● **Your goal**
Where a line of the data holds the word "scale", copy that line.
======== Data supplied ========
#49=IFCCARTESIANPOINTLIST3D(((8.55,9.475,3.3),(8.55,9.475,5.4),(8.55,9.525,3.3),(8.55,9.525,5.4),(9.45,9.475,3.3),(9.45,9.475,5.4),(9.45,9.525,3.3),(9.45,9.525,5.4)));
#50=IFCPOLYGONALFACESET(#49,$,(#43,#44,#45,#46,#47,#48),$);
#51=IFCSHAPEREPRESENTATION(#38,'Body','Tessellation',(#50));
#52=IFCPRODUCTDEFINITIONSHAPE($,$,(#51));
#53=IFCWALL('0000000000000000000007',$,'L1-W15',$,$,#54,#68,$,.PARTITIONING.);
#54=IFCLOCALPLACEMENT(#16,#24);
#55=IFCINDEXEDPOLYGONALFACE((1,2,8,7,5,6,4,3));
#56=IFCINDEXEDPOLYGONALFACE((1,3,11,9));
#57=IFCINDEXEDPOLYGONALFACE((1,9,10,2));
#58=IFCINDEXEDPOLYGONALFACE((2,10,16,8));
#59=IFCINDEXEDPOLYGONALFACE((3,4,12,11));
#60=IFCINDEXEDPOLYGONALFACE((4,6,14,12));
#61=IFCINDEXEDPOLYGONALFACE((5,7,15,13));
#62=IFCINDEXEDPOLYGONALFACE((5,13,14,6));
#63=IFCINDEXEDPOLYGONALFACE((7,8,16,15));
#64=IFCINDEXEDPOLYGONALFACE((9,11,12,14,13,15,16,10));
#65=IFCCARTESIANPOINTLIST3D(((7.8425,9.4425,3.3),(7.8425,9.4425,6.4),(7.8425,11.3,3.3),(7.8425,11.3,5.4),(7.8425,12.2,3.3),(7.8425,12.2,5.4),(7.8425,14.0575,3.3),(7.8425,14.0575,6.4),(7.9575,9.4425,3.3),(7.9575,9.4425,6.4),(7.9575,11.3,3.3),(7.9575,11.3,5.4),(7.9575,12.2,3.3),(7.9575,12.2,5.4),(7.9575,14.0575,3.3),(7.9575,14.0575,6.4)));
========
======== Data supplied ========
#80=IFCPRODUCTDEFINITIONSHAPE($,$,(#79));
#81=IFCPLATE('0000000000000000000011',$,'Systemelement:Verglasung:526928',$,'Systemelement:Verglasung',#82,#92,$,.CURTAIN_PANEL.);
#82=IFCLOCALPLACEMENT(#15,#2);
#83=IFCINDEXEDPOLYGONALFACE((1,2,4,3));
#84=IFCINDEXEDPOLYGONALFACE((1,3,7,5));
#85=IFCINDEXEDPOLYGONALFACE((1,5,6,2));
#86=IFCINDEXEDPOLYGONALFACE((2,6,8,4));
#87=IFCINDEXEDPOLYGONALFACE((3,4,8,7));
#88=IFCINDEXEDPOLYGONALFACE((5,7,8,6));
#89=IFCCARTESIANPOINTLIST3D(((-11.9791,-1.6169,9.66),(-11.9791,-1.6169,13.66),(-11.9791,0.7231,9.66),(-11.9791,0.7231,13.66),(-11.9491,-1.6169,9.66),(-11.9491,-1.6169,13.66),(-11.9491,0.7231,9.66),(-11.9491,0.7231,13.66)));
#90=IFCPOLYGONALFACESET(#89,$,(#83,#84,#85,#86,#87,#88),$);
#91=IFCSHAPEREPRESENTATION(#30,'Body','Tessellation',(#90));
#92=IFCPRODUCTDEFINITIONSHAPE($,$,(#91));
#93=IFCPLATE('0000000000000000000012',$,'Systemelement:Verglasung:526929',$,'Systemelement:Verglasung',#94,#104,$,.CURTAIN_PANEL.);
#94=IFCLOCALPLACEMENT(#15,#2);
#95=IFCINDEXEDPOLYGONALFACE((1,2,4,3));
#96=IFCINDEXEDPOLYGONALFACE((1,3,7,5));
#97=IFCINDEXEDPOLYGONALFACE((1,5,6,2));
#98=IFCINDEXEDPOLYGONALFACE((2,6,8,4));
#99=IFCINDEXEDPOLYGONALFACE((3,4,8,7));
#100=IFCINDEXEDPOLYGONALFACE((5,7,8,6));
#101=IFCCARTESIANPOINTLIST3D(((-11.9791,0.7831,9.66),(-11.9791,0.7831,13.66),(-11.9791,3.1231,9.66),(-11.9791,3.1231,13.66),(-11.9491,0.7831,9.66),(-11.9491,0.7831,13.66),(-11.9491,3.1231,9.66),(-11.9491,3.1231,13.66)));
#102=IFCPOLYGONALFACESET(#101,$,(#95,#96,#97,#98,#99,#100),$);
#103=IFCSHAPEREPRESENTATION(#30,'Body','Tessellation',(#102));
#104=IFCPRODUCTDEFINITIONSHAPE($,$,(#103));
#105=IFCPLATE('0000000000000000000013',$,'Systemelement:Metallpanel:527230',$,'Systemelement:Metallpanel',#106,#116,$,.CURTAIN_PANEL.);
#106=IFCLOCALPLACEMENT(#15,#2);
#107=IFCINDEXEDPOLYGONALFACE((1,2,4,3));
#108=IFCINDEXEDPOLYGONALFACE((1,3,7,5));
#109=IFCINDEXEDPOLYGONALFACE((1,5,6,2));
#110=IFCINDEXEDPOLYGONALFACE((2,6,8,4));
========
======== Data supplied ========
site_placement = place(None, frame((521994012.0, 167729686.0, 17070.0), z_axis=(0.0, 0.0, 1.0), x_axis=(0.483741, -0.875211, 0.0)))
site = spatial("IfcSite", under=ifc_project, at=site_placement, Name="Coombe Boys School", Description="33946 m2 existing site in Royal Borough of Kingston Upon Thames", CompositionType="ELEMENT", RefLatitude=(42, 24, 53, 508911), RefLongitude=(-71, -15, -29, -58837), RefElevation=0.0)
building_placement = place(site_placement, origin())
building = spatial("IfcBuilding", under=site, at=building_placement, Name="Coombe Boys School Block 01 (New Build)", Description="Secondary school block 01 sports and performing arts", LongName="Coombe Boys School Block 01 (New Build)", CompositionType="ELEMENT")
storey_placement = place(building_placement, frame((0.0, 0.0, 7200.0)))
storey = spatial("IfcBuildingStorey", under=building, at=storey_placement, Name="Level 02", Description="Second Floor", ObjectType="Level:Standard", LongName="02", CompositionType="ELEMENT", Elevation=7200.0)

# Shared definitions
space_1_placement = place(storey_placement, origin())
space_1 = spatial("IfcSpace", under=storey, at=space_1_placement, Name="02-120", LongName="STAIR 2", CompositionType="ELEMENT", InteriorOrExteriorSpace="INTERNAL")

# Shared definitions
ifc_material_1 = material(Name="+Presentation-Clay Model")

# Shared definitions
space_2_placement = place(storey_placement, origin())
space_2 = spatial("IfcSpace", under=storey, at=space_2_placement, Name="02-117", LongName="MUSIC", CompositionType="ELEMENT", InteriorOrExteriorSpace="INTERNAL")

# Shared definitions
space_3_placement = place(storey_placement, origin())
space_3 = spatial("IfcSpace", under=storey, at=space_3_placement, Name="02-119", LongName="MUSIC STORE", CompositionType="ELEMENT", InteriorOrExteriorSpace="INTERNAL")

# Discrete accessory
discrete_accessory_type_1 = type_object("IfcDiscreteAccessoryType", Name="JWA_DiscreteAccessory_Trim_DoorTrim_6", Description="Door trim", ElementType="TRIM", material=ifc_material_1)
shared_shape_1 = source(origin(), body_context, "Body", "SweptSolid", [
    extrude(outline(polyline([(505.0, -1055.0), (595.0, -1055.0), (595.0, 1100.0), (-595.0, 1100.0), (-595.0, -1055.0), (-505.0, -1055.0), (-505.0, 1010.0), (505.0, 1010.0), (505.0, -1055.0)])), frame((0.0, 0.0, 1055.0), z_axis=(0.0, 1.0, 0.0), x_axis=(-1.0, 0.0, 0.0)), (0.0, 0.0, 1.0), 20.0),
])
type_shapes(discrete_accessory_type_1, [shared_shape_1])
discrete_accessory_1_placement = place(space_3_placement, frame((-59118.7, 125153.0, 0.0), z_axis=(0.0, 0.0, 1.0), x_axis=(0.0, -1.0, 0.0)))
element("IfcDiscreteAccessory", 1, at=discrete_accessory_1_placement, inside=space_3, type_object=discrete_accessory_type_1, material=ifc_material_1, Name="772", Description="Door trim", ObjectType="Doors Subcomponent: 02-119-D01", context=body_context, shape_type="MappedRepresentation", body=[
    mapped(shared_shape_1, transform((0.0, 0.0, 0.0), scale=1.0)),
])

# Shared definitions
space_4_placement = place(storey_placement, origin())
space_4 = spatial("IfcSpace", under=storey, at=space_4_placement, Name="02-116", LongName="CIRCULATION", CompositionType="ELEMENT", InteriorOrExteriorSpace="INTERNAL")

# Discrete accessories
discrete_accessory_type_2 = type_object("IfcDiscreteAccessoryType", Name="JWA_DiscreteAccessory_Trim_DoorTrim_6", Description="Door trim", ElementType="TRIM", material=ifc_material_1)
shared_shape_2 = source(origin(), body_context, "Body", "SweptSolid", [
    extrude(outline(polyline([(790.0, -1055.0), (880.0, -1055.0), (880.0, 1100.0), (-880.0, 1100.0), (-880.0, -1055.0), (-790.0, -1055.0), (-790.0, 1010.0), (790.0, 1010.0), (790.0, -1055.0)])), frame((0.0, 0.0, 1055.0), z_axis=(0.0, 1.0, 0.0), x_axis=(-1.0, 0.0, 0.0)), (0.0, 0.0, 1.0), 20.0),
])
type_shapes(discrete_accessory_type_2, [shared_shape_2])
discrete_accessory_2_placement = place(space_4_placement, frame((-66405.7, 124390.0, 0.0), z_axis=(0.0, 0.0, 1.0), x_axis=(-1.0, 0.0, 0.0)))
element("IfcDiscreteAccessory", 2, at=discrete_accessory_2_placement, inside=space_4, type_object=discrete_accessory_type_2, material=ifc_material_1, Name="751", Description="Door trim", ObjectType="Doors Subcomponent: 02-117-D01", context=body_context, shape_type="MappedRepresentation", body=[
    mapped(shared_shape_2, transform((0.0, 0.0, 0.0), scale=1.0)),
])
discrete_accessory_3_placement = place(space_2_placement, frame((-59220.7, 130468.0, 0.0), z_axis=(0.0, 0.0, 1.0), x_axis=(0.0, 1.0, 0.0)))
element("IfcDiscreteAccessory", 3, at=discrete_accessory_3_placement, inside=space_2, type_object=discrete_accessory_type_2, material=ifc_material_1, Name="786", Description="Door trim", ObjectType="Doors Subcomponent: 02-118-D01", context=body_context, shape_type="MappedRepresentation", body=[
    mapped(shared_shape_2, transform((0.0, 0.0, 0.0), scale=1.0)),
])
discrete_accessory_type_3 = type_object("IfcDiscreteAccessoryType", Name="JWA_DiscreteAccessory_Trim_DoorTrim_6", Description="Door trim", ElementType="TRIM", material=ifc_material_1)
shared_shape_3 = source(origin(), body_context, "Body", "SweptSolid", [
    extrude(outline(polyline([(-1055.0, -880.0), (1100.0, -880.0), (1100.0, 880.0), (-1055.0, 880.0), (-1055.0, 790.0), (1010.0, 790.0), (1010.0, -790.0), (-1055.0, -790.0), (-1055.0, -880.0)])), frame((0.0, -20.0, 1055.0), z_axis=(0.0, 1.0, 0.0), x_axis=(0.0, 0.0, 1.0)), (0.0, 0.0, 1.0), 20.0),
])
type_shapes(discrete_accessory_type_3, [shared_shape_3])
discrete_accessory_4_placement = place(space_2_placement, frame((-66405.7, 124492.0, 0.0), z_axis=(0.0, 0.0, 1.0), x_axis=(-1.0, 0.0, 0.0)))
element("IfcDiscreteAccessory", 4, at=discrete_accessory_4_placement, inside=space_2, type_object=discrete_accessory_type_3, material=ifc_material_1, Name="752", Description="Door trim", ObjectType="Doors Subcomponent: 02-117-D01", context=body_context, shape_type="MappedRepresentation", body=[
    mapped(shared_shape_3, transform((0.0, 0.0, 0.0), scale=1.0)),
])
========
● **Solution to this exercise**
    mapped(shared_shape_1, transform((0.0, 0.0, 0.0), scale=1.0)),
    mapped(shared_shape_2, transform((0.0, 0.0, 0.0), scale=1.0)),
    mapped(shared_shape_2, transform((0.0, 0.0, 0.0), scale=1.0)),
    mapped(shared_shape_3, transform((0.0, 0.0, 0.0), scale=1.0)),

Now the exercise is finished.